Dr. Remington Nevin, a former Army epidemiologist and physician and the executive director of the Quinism Foundation, told the committee that part of the lack of research into the drugs was because the Veterans Health Administration has failed to act on recommendations to perform a widespread screening of veterans for mefloquine toxicity. He said his own career has been dedicated to collecting evidence that mefloquine does, in fact, have serious, sometimes permanent, neuropsychiatric consequences.

“This evidence leads us to conclude, beyond a reasonable doubt, that the long-term adverse effects of antimalarial drugs that you are investigating are in fact signs and symptoms of a disease,” Nevin said. “And this disease has a name: quinism.”

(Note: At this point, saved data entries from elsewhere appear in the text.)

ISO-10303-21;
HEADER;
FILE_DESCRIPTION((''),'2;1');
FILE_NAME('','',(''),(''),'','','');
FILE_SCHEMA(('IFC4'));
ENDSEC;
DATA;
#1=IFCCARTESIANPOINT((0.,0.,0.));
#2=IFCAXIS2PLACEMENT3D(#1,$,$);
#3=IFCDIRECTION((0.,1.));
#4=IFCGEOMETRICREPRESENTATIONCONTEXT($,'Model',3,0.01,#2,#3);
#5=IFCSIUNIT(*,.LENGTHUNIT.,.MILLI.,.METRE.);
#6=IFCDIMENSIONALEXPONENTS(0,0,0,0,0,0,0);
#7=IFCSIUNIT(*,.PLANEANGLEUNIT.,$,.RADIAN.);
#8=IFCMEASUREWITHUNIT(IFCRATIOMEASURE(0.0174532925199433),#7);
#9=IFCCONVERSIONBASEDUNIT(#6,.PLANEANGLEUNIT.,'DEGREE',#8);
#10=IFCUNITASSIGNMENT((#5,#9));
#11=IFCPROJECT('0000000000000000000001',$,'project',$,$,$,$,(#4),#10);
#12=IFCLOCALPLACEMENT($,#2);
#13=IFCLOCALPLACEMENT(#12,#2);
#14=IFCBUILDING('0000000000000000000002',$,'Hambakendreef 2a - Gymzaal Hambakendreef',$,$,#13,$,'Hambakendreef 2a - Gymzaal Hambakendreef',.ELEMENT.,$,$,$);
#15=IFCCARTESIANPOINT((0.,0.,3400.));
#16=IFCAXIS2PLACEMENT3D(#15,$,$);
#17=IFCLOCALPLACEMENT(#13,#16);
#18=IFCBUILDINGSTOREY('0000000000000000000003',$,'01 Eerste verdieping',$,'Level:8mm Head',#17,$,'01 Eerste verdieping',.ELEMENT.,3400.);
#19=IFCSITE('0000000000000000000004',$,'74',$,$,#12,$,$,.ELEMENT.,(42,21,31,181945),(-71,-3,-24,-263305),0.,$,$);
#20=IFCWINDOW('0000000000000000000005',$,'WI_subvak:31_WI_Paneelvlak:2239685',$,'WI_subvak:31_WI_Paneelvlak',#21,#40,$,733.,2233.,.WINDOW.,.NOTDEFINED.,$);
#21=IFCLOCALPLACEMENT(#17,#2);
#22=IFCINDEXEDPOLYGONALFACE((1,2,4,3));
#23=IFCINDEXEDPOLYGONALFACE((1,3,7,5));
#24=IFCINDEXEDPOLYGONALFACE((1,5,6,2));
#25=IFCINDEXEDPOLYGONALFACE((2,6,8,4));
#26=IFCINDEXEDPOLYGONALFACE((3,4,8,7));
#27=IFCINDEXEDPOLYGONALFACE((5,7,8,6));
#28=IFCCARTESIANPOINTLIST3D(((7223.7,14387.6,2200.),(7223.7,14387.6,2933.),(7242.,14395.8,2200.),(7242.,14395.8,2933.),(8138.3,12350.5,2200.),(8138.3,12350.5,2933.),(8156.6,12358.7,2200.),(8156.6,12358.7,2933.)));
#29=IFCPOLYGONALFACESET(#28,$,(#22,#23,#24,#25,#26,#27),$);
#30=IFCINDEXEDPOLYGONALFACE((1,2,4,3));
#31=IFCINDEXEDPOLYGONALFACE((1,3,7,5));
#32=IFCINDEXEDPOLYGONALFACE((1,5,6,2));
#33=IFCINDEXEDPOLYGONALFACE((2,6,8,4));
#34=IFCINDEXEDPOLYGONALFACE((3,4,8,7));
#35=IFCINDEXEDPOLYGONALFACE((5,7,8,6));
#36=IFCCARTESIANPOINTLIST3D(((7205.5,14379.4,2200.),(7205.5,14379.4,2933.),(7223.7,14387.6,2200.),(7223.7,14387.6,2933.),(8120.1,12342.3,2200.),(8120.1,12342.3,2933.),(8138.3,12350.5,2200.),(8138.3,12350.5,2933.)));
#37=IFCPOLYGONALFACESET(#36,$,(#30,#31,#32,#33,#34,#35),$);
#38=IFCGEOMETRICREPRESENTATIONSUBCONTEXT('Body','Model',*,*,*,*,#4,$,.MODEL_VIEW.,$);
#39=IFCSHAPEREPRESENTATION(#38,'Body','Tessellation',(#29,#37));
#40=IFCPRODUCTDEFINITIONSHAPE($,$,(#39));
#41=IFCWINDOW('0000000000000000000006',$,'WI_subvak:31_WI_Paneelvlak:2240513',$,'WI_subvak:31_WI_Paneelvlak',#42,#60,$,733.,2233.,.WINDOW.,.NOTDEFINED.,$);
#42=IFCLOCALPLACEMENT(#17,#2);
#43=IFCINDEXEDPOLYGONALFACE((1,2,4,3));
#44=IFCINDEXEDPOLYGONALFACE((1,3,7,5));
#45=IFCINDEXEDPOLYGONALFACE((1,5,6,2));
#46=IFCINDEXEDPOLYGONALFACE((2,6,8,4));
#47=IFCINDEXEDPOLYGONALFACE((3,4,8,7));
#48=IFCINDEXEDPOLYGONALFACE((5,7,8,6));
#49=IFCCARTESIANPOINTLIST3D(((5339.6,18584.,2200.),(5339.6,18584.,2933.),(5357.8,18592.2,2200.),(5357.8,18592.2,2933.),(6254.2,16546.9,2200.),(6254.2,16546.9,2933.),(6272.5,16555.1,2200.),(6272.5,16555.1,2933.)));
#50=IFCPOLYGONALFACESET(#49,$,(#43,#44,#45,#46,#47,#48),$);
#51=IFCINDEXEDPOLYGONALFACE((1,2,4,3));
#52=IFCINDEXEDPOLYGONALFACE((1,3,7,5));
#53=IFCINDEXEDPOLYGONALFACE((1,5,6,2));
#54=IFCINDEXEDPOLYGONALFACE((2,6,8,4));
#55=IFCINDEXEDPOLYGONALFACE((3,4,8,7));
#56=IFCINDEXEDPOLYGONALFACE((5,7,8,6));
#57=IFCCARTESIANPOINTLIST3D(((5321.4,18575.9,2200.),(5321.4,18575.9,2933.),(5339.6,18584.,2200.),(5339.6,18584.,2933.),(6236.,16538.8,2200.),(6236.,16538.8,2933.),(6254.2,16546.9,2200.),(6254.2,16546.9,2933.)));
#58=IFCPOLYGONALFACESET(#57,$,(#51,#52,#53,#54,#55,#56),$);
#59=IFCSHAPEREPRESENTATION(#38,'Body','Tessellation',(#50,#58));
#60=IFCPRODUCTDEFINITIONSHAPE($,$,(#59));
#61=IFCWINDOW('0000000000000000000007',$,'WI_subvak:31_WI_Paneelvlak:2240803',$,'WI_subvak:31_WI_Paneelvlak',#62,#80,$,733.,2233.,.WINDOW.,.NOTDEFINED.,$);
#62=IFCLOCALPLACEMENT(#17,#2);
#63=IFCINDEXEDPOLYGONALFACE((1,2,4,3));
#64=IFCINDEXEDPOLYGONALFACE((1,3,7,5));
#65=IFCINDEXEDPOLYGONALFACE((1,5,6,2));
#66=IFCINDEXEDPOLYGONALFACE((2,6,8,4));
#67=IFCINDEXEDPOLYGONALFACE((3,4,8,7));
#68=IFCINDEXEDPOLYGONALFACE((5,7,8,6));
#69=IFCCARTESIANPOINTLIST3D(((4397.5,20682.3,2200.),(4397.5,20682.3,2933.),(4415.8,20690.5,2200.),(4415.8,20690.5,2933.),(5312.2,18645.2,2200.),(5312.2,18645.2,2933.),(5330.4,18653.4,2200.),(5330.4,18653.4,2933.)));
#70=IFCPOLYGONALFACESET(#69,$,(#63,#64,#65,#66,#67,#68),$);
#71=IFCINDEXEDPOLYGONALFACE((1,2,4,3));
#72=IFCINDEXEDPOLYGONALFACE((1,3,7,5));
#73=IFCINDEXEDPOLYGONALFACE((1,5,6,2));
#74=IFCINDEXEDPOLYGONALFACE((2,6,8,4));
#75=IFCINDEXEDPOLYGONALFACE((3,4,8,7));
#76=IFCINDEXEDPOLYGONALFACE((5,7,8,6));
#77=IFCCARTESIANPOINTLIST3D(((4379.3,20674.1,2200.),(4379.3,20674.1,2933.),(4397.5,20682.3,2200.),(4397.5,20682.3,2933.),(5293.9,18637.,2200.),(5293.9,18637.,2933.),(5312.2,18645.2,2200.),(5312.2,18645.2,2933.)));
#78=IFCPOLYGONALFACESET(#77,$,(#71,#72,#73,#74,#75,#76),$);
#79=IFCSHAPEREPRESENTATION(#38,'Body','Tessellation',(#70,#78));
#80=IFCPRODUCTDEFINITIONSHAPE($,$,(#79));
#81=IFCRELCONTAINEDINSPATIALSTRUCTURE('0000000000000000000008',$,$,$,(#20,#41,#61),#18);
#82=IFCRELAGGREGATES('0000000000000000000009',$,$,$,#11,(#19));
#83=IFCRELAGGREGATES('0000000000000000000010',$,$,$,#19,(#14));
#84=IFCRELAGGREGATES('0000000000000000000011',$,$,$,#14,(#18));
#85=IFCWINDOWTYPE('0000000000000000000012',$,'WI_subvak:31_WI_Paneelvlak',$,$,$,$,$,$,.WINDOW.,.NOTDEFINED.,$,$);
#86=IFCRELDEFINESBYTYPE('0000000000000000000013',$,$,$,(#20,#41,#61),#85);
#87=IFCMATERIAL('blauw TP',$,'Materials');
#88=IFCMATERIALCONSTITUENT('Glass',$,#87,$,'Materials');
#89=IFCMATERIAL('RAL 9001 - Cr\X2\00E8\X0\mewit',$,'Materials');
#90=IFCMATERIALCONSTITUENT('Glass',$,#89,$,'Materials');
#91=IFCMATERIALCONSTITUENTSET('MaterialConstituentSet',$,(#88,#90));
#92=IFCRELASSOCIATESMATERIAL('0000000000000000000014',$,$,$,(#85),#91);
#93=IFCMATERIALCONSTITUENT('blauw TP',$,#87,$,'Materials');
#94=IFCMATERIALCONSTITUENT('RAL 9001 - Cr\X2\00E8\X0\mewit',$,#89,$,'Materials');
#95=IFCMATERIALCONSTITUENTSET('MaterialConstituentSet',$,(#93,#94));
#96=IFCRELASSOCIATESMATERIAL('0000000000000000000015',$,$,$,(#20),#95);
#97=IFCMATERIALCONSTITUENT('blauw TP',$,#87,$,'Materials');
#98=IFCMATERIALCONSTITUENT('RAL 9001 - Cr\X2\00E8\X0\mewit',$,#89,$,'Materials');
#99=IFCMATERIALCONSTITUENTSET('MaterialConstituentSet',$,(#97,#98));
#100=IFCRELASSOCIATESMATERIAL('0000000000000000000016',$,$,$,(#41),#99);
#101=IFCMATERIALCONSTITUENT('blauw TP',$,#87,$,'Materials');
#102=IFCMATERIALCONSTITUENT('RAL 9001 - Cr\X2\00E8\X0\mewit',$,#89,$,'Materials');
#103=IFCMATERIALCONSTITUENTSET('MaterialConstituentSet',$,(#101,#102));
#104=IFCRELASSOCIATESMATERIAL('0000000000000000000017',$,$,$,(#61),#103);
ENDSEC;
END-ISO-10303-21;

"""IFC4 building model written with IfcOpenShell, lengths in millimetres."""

from ifc_helpers import new_model, entity, si_unit, converted_unit, direction, frame, origin, place, context, subcontext, project, spatial, indexed_curve, outline, extrude, source, transform, mapped, material, constituent, constituent_set, type_object, type_shapes, element, save


model = new_model("IFC4")

# Units and contexts
model_context = context("Model", 3, precision=0.01, world=origin(), true_north=direction((0.0, 1.0)))
body_context = subcontext(model_context, "Body", "Model", "MODEL_VIEW")
ifc_project = project(units=[si_unit("LENGTHUNIT", "METRE", prefix="MILLI"), converted_unit("PLANEANGLEUNIT", "DEGREE", entity("IfcRatioMeasure", 0.0174532925199433), si_unit("PLANEANGLEUNIT", "RADIAN"), dimensions=[0, 0, 0, 0, 0, 0, 0])], contexts=[model_context])

# Site, building, storey
site_placement = place(None, origin())
site = spatial("IfcSite", under=ifc_project, at=site_placement, Name="74", CompositionType="ELEMENT", RefLatitude=(42, 21, 31, 181945), RefLongitude=(-71, -3, -24, -263305), RefElevation=0.0)
building_placement = place(site_placement, origin())
building = spatial("IfcBuilding", under=site, at=building_placement, Name="Hambakendreef 2a - Gymzaal Hambakendreef", LongName="Hambakendreef 2a - Gymzaal Hambakendreef", CompositionType="ELEMENT")
storey_placement = place(building_placement, frame((0.0, 0.0, 3400.0)))
storey = spatial("IfcBuildingStorey", under=building, at=storey_placement, Name="01 Eerste verdieping", ObjectType="Level:8mm Head", LongName="01 Eerste verdieping", CompositionType="ELEMENT", Elevation=3400.0)

# Windows
ifc_material_1 = material(Name="blauw TP", Category="Materials")
ifc_material_2 = material(Name="RAL 9001 - Crèmewit", Category="Materials")
ifc_constituent_1 = constituent(ifc_material_1, Name="Glass", Category="Materials")
ifc_constituent_2 = constituent(ifc_material_2, Name="Glass", Category="Materials")
ifc_constituent_set_1 = constituent_set(constituents=[ifc_constituent_1, ifc_constituent_2], Name="MaterialConstituentSet")
window_type_1 = type_object("IfcWindowType", Name="WI_subvak:31_WI_Paneelvlak", PartitioningType="NOTDEFINED", PredefinedType="WINDOW", material=ifc_constituent_set_1)
shared_shape_1 = source(origin(), body_context, "Body", "SweptSolid", [
    extrude(outline(indexed_curve([(-10.0, -1116.5), (10.0, -1116.5), (10.0, 1116.5), (-10.0, 1116.5), (-10.0, -1116.5)], self_intersect=False)), frame((0.0, 10.0, 0.0), z_axis=(0.0, 0.0, 1.0), x_axis=(0.0, -1.0, 0.0)), (0.0, 0.0, 1.0), 733.0),
    extrude(outline(indexed_curve([(-10.0, -1116.5), (10.0, -1116.5), (10.0, 1116.5), (-10.0, 1116.5), (-10.0, -1116.5)], self_intersect=False)), frame((0.0, -10.0, 0.0), z_axis=(0.0, 0.0, 1.0), x_axis=(0.0, -1.0, 0.0)), (0.0, 0.0, 1.0), 733.0),
])
type_shapes(window_type_1, [shared_shape_1])
ifc_constituent_3 = constituent(ifc_material_1, Name="blauw TP", Category="Materials")
ifc_constituent_4 = constituent(ifc_material_2, Name="RAL 9001 - Crèmewit", Category="Materials")
ifc_constituent_set_2 = constituent_set(constituents=[ifc_constituent_3, ifc_constituent_4], Name="MaterialConstituentSet")
window_1_placement = place(storey_placement, frame((7681.0, 13369.1, 2200.0), z_axis=(0.0, 0.0, 1.0), x_axis=(0.40959, -0.91227, 0.0)))
element("IfcWindow", 1, at=window_1_placement, inside=storey, type_object=window_type_1, material=ifc_constituent_set_2, Name="WI_subvak:31_WI_Paneelvlak:2239685", ObjectType="WI_subvak:31_WI_Paneelvlak", OverallHeight=733.0, OverallWidth=2233.0, PartitioningType="NOTDEFINED", PredefinedType="WINDOW", context=body_context, shape_type="MappedRepresentation", body=[
    mapped(shared_shape_1, transform((0.0, 0.0, 0.0), scale=1.0)),
])
ifc_constituent_5 = constituent(ifc_material_1, Name="blauw TP", Category="Materials")
ifc_constituent_6 = constituent(ifc_material_2, Name="RAL 9001 - Crèmewit", Category="Materials")
ifc_constituent_set_3 = constituent_set(constituents=[ifc_constituent_5, ifc_constituent_6], Name="MaterialConstituentSet")
window_2_placement = place(storey_placement, frame((5796.9, 17565.5, 2200.0), z_axis=(0.0, 0.0, 1.0), x_axis=(0.40959, -0.91227, 0.0)))
element("IfcWindow", 2, at=window_2_placement, inside=storey, type_object=window_type_1, material=ifc_constituent_set_3, Name="WI_subvak:31_WI_Paneelvlak:2240513", ObjectType="WI_subvak:31_WI_Paneelvlak", OverallHeight=733.0, OverallWidth=2233.0, PartitioningType="NOTDEFINED", PredefinedType="WINDOW", context=body_context, shape_type="MappedRepresentation", body=[
    mapped(shared_shape_1, transform((0.0, 0.0, 0.0), scale=1.0)),
])
ifc_constituent_7 = constituent(ifc_material_1, Name="blauw TP", Category="Materials")
ifc_constituent_8 = constituent(ifc_material_2, Name="RAL 9001 - Crèmewit", Category="Materials")
ifc_constituent_set_4 = constituent_set(constituents=[ifc_constituent_7, ifc_constituent_8], Name="MaterialConstituentSet")
window_3_placement = place(storey_placement, frame((4854.8, 19663.7, 2200.0), z_axis=(0.0, 0.0, 1.0), x_axis=(0.40959, -0.91227, 0.0)))
element("IfcWindow", 3, at=window_3_placement, inside=storey, type_object=window_type_1, material=ifc_constituent_set_4, Name="WI_subvak:31_WI_Paneelvlak:2240803", ObjectType="WI_subvak:31_WI_Paneelvlak", OverallHeight=733.0, OverallWidth=2233.0, PartitioningType="NOTDEFINED", PredefinedType="WINDOW", context=body_context, shape_type="MappedRepresentation", body=[
    mapped(shared_shape_1, transform((0.0, 0.0, 0.0), scale=1.0)),
])

save(model, "model.ifc")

In an animated presentation, Nevin said he was skeptical that the committee’s real purpose was to further delay the military from having to take responsibility for the effects of mefloquine on soldiers who took it.

“Our veterans are demoralized. They’re tired of hearing that malaria is a deadly disease,” Nevin told WUSA9 after the meeting. "They just want acknowledgement. They want the military to acknowledge that they were poisoned by this drug. That’s all the military has to do to fix this.”

RELATED: Navy SEAL sues Roche, claims anti-malaria drug caused permanent paranoia, nightmares

Two veterans called in to the meeting to offer their testimony about the drug. One of them, Col. Timothy Dunn, a retired Marine Corps veteran, said the mefloquine he took during his 2006 deployment left him permanently impaired.

“This is not an easy thing to talk about, but what I’m telling you is, I ask with you, I plead with you, to look at this very closely,” Dunn said. “After taking mefloquine, I started having weird technicolor dreams. Insomnia. Depression. Inability to concentrate. I’d never had these problems before. I didn’t talk to anyone about it. I took my mefloquine during the entire time I was deployed."

“I still suffer from the insomnia, anxiety, depression. The ringing in the ears is horrible,” Dunn said. “I offer myself, my heart, my soul and my medical records, because you’ve got to make a fair and just determination for the people who are affected by this.”

The committee is scheduled to review the issue for the next 18 months, after which it will produce a report on its findings, but will not issue recommendations.